<<<<

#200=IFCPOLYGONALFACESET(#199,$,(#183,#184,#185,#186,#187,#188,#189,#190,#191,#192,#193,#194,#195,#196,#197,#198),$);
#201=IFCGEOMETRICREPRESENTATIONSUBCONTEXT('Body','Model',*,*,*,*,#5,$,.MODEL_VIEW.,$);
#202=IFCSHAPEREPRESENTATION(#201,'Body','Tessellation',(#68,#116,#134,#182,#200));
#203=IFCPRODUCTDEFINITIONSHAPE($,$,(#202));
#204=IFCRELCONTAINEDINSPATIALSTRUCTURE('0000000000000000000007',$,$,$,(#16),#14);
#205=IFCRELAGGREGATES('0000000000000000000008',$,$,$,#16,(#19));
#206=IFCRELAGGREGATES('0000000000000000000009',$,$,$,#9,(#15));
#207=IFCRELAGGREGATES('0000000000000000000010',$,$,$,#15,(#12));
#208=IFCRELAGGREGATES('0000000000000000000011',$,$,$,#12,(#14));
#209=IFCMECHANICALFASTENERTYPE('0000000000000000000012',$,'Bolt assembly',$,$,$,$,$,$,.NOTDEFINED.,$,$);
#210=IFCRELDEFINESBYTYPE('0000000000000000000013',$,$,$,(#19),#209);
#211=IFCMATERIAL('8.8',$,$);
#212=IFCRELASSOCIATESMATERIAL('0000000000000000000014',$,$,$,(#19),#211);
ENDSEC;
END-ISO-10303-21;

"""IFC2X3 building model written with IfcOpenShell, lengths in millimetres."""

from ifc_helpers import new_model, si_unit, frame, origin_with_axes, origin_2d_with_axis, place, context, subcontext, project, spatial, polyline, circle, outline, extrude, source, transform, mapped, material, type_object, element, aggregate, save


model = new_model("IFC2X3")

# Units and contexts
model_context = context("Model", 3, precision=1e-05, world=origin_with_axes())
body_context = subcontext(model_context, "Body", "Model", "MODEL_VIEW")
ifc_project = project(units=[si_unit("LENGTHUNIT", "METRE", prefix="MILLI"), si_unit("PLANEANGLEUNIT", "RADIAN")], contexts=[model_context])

>>>>

■ ABOUT THIS EXERCISE ■
The response should be an exact copy of the lines from the one with "3, precision=1e-05, world=origin_with_axes())" through the end of the data, with no other text.

■ TASK RESULT ■
model_context = context("Model", 3, precision=1e-05, world=origin_with_axes())
body_context = subcontext(model_context, "Body", "Model", "MODEL_VIEW")
ifc_project = project(units=[si_unit("LENGTHUNIT", "METRE", prefix="MILLI"), si_unit("PLANEANGLEUNIT", "RADIAN")], contexts=[model_context])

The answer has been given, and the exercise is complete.